LANDOWNERS can now face prosecution if their staff or contractors commit wildlife crime such as killing protected species of birds.

Parts of the Wildlife and Natural Environment (Scotland) Act came into force yesterday, including a new offence of "vicarious liability" in relation to the persecution of wild birds.

It allows the prosecution of landowners or managers who fail to take steps to ensure their employees or contractors act within the law. The legislation also covers a new hare close season, changes to the Deer Act and tightening of the law on snaring.

Environment Minister Stewart Stevenson said: "The introduction of vicarious liability highlights the importance of landowners and managers who run shooting businesses taking a proactive role in ensuring that their employees and contractors are aware of the law.
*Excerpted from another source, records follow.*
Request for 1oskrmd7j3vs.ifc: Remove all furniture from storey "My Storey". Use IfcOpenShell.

First a look at what the model holds.

```python
import ifcopenshell
import ifcopenshell.util.element

model = ifcopenshell.open("1oskrmd7j3vs.ifc")
print(model.schema)
storey = next(s for s in model.by_type("IfcBuildingStorey") if s.Name == "My Storey")
furniture = [e for e in ifcopenshell.util.element.get_decomposition(storey) if e.is_a("IfcFurnishingElement")]
seen = {}
for e in furniture:
    element_type = ifcopenshell.util.element.get_type(e)
    name = element_type.Name if element_type not in (None, e) else None
    seen[name] = seen.get(name, 0) + 1
for name, count in sorted(seen.items(), key=str):
    print(count, "x", name)
```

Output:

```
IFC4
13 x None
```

```python
import ifcopenshell
import ifcopenshell.api.root
import ifcopenshell.util.element

model = ifcopenshell.open("1oskrmd7j3vs.ifc")

storey = next(s for s in model.by_type("IfcBuildingStorey") if s.Name == "My Storey")
furniture = [e for e in ifcopenshell.util.element.get_decomposition(storey) if e.is_a("IfcFurnishingElement")]

for e in furniture:
    ifcopenshell.api.root.remove_product(model, product=e)
print(len(furniture), "removed")

model.write("1oskrmd7j3vs-out.ifc")
```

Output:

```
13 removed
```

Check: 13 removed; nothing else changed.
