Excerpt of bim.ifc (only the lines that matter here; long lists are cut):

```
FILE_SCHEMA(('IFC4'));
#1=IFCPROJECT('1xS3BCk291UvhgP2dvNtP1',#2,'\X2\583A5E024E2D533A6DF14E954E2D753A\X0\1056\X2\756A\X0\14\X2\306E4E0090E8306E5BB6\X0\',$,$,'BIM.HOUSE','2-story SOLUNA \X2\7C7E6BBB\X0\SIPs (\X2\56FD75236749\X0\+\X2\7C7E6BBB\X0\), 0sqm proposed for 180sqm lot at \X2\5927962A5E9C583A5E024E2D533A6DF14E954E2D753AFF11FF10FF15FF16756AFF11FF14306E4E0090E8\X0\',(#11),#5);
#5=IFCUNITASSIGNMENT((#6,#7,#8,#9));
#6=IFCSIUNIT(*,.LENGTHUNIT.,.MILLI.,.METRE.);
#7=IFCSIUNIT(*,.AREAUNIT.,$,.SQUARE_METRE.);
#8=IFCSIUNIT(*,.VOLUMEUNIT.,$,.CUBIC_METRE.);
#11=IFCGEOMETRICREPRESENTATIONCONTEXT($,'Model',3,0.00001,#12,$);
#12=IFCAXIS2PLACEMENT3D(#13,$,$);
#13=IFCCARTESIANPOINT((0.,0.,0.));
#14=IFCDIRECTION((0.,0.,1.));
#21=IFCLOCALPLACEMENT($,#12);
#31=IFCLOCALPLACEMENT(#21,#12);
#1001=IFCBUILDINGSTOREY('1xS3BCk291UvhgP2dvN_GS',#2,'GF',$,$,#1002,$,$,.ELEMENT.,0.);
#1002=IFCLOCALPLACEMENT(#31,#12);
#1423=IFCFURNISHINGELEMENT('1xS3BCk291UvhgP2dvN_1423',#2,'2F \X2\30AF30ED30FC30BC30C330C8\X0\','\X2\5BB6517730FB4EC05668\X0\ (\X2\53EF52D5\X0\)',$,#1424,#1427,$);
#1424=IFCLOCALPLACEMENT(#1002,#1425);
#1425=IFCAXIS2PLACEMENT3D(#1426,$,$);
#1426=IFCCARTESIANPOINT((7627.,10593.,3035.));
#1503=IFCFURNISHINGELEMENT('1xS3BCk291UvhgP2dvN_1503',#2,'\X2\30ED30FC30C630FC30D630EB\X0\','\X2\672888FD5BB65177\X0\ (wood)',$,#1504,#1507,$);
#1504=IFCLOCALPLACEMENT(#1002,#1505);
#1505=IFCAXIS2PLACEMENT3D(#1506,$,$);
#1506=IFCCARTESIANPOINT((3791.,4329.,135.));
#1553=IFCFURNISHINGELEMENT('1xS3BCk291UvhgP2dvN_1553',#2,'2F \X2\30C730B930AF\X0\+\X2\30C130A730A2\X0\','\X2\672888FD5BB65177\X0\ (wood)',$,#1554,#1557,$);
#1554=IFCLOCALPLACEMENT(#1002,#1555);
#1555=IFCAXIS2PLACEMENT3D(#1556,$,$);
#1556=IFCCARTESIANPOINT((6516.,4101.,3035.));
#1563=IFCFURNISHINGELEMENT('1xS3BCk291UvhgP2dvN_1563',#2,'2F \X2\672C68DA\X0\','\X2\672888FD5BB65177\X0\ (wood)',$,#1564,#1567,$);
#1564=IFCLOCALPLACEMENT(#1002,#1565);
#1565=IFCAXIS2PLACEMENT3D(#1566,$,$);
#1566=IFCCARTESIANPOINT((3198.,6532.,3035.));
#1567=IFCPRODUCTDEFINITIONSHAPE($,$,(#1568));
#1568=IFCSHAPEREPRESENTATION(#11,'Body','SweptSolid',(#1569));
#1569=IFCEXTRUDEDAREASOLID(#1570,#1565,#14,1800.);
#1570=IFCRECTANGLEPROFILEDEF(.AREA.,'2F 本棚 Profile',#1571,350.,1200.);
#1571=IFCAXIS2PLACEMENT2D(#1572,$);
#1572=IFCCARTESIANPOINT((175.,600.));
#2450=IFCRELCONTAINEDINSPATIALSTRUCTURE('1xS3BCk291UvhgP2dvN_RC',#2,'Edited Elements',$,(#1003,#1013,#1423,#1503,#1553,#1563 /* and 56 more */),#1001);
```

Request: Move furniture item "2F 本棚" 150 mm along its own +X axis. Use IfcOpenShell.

```python
import ifcopenshell
import ifcopenshell.api.geometry
import ifcopenshell.util.placement

model = ifcopenshell.open("bim.ifc")

item = model.by_id(1563)
matrix = ifcopenshell.util.placement.get_local_placement(item.ObjectPlacement)
matrix[:3, 3] += matrix[:3, 0] * 150.0
ifcopenshell.api.geometry.edit_object_placement(model, product=item, matrix=matrix, is_si=False)

print(ifcopenshell.util.placement.get_local_placement(item.ObjectPlacement).round(3) + 0.0)

model.write("bim_v2.ifc")
```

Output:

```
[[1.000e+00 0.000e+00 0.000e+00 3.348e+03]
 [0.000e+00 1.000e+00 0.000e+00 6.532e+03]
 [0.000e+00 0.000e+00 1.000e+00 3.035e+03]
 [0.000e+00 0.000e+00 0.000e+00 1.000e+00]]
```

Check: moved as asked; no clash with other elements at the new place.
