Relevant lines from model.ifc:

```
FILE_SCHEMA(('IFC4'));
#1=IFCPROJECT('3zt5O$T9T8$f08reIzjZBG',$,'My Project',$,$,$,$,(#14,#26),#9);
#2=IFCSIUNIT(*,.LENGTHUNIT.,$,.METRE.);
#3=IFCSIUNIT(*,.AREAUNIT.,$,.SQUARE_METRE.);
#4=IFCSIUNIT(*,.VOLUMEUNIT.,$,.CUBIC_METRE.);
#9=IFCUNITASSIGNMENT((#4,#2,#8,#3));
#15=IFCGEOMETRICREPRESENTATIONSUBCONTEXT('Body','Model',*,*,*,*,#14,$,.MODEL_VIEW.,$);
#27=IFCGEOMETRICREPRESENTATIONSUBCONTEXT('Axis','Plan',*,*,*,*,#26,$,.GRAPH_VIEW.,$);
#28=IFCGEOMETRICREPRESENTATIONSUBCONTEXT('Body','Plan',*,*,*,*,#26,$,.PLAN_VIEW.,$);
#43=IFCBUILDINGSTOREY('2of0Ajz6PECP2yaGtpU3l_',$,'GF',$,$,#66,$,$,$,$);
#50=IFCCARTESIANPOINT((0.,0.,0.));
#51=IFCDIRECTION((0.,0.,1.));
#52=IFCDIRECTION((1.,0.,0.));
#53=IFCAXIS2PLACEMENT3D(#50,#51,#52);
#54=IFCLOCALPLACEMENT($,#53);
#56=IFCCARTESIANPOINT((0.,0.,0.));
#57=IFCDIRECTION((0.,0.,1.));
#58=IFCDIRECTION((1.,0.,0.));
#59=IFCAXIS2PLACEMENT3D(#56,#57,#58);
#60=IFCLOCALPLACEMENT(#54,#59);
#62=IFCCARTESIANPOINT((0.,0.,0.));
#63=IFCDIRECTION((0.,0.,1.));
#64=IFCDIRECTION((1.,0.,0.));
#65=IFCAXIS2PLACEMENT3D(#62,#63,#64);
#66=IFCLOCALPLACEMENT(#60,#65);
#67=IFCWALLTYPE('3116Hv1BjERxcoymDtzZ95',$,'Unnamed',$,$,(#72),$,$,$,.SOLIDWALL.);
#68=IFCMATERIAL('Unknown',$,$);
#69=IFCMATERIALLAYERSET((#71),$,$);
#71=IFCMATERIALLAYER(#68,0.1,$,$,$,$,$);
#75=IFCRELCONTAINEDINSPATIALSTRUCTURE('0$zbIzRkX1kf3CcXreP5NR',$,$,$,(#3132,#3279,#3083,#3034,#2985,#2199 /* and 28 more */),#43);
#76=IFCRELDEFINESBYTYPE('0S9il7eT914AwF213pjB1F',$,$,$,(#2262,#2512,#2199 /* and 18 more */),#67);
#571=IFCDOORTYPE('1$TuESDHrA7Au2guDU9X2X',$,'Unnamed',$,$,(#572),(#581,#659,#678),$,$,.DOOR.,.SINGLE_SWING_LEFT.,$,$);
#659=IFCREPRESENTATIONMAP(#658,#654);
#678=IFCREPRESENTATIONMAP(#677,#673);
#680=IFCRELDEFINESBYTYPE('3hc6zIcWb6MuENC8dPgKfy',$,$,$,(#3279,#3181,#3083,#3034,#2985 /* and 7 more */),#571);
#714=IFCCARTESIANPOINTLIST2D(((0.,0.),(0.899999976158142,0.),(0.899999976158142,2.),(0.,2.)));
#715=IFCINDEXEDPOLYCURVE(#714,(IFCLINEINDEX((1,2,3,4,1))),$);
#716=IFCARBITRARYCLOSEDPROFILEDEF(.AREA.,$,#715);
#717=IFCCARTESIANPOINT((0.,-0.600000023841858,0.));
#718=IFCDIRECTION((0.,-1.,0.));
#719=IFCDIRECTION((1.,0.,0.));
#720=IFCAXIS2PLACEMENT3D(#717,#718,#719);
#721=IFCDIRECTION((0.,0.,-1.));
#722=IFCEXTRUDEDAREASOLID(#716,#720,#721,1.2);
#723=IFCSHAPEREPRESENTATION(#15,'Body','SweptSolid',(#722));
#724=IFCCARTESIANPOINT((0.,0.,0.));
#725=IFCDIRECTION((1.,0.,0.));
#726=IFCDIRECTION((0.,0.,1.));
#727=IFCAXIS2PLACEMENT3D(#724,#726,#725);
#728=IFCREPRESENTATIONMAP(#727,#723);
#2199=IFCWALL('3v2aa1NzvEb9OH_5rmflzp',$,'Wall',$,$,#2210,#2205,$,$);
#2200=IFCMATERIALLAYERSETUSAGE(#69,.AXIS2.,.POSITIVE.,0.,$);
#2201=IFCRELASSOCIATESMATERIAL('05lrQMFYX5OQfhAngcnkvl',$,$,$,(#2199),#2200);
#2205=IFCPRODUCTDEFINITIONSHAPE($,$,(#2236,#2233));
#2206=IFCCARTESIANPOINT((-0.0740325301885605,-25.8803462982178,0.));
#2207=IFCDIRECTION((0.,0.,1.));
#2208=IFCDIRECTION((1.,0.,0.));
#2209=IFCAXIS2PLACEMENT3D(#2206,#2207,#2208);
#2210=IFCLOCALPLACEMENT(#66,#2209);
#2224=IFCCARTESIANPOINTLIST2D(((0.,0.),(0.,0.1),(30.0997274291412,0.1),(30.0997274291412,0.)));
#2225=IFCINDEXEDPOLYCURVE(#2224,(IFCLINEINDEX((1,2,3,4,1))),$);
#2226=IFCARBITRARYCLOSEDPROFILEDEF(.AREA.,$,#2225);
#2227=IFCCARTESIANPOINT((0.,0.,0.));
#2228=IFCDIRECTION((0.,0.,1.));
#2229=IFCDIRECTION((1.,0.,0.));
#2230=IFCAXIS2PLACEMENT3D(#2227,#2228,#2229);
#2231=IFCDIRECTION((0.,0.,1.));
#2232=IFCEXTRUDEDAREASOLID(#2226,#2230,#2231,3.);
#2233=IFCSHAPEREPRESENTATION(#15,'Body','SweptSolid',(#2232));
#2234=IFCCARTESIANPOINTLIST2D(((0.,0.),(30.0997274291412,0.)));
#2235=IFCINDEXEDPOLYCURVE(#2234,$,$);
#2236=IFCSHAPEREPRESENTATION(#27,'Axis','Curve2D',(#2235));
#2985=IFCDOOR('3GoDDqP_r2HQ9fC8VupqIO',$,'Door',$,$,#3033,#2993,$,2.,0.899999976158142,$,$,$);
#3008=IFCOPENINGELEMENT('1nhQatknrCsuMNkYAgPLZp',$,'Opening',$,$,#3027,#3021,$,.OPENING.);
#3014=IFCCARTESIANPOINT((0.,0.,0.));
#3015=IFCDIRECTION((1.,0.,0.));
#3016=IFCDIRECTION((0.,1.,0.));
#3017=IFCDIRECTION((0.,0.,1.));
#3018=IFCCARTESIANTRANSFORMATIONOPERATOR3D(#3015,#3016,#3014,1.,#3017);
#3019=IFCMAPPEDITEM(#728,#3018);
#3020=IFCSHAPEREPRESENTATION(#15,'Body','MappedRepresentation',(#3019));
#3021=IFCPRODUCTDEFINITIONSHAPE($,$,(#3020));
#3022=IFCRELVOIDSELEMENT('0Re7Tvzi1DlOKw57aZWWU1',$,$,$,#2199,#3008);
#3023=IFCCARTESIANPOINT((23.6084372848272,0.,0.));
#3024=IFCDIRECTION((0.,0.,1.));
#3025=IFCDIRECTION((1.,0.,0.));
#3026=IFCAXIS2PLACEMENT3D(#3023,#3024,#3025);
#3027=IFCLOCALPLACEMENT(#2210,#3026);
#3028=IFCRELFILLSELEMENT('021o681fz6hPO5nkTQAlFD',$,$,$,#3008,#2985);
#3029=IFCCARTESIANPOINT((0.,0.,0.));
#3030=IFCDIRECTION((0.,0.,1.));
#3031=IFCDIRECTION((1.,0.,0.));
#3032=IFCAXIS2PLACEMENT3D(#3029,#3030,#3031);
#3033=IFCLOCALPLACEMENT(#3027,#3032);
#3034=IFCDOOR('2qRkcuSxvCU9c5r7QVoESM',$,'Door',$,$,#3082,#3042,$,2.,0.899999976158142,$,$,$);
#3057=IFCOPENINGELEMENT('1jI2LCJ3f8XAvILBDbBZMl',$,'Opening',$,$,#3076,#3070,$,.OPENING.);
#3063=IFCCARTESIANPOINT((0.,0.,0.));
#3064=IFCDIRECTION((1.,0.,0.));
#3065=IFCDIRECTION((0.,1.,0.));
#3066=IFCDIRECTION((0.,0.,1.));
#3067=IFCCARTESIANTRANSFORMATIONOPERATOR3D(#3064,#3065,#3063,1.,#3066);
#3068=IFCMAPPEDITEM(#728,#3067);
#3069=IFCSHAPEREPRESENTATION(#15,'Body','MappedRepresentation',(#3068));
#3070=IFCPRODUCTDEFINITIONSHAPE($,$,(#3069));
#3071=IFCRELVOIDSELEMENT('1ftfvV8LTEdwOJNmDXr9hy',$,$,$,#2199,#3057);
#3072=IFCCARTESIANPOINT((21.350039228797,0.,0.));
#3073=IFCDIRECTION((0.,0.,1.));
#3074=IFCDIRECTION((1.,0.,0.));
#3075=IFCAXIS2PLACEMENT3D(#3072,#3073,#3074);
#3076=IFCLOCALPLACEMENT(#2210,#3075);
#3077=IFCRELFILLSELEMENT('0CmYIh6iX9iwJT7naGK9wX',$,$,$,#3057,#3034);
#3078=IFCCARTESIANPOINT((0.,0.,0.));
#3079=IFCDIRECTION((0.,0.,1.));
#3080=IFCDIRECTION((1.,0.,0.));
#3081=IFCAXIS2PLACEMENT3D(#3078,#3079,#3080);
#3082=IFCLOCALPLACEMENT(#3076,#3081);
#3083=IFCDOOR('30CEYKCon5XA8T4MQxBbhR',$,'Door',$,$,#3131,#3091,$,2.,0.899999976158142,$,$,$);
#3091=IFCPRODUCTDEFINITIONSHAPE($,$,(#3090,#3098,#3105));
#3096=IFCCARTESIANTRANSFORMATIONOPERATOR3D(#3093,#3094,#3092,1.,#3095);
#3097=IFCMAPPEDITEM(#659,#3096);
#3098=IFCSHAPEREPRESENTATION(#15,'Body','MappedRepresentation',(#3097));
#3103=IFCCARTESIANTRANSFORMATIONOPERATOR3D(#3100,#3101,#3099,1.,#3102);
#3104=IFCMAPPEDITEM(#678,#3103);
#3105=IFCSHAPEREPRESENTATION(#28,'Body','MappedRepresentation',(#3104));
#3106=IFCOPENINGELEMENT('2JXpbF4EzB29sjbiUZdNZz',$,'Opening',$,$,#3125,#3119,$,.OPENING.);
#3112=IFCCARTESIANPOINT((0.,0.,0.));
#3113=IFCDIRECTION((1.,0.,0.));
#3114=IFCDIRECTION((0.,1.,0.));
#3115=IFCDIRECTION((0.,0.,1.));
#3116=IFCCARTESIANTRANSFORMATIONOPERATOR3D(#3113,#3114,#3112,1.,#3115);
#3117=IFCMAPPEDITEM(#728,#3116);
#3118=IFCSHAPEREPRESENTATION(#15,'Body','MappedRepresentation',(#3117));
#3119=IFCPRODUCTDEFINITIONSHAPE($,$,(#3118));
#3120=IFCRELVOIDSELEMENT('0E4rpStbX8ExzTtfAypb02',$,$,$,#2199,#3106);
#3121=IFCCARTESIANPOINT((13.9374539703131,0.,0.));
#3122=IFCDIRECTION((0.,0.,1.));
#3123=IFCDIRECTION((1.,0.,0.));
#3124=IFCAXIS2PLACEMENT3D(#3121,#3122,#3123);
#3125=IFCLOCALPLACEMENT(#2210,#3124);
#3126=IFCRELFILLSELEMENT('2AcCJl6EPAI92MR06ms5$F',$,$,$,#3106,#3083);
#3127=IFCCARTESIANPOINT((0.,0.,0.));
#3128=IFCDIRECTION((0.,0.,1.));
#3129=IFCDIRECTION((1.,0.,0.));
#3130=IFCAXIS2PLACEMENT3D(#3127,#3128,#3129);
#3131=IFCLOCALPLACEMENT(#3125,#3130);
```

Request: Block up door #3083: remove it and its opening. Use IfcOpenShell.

```python
import ifcopenshell
import ifcopenshell.api.feature
import ifcopenshell.api.root
import ifcopenshell.geom
import ifcopenshell.util.shape

model = ifcopenshell.open("model.ifc")
settings = ifcopenshell.geom.settings()


def volume(element):
    """Net volume in cubic metres, openings subtracted."""
    shape = ifcopenshell.geom.create_shape(settings, element)
    return ifcopenshell.util.shape.get_volume(shape.geometry)


door = model.by_id(3083)
opening = door.FillsVoids[0].RelatingOpeningElement
wall = opening.VoidsElements[0].RelatingBuildingElement
before = volume(wall)

ifcopenshell.api.root.remove_product(model, product=door)
ifcopenshell.api.feature.remove_feature(model, feature=opening)

after = volume(wall)

print(f"wall volume {before:.3f} -> {after:.3f} m3")

model.write("model_v2.ifc")
```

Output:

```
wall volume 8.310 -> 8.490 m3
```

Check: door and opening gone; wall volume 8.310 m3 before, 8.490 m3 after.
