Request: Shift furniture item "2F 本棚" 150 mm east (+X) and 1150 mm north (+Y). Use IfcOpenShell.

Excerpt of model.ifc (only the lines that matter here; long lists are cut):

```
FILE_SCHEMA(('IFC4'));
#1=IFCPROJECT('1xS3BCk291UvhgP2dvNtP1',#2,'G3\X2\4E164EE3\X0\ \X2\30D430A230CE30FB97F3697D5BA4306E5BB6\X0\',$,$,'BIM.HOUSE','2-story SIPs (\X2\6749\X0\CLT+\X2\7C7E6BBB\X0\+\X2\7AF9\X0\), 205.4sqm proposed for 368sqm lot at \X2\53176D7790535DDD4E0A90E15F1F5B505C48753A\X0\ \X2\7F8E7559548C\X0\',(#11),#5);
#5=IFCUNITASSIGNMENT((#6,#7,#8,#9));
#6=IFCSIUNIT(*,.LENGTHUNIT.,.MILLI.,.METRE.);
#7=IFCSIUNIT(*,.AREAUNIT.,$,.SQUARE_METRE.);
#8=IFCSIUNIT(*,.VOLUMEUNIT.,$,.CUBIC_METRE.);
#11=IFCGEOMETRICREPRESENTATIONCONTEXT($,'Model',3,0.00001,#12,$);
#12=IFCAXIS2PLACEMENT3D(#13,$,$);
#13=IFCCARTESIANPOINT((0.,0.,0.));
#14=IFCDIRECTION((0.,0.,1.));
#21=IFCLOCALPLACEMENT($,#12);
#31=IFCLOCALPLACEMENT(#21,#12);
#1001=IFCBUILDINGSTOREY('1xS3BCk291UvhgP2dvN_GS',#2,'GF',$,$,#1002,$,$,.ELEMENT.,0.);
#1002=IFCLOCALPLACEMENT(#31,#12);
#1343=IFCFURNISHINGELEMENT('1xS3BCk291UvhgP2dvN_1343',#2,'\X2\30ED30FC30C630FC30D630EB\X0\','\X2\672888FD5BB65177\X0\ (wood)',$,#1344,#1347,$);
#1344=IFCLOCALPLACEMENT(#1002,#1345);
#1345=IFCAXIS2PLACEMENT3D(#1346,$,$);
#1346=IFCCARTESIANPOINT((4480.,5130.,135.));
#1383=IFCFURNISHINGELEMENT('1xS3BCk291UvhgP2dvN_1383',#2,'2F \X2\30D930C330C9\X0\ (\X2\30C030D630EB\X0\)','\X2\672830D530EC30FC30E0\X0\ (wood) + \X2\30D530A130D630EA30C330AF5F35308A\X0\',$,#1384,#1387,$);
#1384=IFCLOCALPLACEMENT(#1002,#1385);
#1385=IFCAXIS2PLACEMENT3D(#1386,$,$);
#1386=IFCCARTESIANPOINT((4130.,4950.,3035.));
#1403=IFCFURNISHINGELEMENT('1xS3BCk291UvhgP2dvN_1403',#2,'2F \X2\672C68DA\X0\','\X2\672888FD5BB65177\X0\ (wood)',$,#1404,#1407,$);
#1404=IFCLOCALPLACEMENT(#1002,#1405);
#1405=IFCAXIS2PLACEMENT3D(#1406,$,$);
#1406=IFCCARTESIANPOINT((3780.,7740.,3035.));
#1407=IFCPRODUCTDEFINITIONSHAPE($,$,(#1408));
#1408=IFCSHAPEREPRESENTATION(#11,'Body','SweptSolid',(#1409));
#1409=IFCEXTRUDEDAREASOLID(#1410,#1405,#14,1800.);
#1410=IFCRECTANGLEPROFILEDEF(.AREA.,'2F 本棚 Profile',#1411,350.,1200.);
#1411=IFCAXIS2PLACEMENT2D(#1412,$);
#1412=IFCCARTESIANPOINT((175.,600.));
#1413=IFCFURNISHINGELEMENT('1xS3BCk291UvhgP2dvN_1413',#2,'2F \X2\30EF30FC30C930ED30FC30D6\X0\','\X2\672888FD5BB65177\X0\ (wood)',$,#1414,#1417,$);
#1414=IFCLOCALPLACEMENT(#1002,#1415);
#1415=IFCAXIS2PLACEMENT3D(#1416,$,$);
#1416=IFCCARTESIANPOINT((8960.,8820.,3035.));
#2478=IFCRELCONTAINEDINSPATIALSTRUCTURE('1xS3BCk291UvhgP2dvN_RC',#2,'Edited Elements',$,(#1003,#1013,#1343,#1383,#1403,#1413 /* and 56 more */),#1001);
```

```python
import ifcopenshell
import ifcopenshell.api.geometry
import ifcopenshell.util.placement
import ifcopenshell.util.unit

model = ifcopenshell.open("model.ifc")
unit_scale = ifcopenshell.util.unit.calculate_unit_scale(model)

item = model.by_guid("1xS3BCk291UvhgP2dvN_1403")
matrix = ifcopenshell.util.placement.get_local_placement(item.ObjectPlacement)
matrix[0, 3] += 0.15 / unit_scale
matrix[1, 3] += 1.15 / unit_scale
ifcopenshell.api.geometry.edit_object_placement(model, product=item, matrix=matrix, is_si=False)

print(ifcopenshell.util.placement.get_local_placement(item.ObjectPlacement).round(3) + 0.0)

model.write("model_updated.ifc")
```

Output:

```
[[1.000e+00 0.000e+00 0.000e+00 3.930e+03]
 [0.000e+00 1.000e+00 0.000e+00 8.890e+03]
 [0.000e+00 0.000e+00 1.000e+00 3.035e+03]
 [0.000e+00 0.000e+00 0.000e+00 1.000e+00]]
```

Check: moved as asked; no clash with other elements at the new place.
"Guidance being developed by Scottish Land and Estates will help their members take the right approach. Most such businesses already do act responsibly, but the small minority of managers and owners who don't will be at risk of prosecution if their employees are found to have broken the law in this area."

Detective Inspector Brian Stuart, head of the UK National Wildlife Crime Unit, said it highlighted the significance of the landowners and managers ensuring their workers manage land to the highest of standards.

Luke Borwick, chairman of Scottish Land and Estates, said: "We are fully committed to stamping out wildlife crime."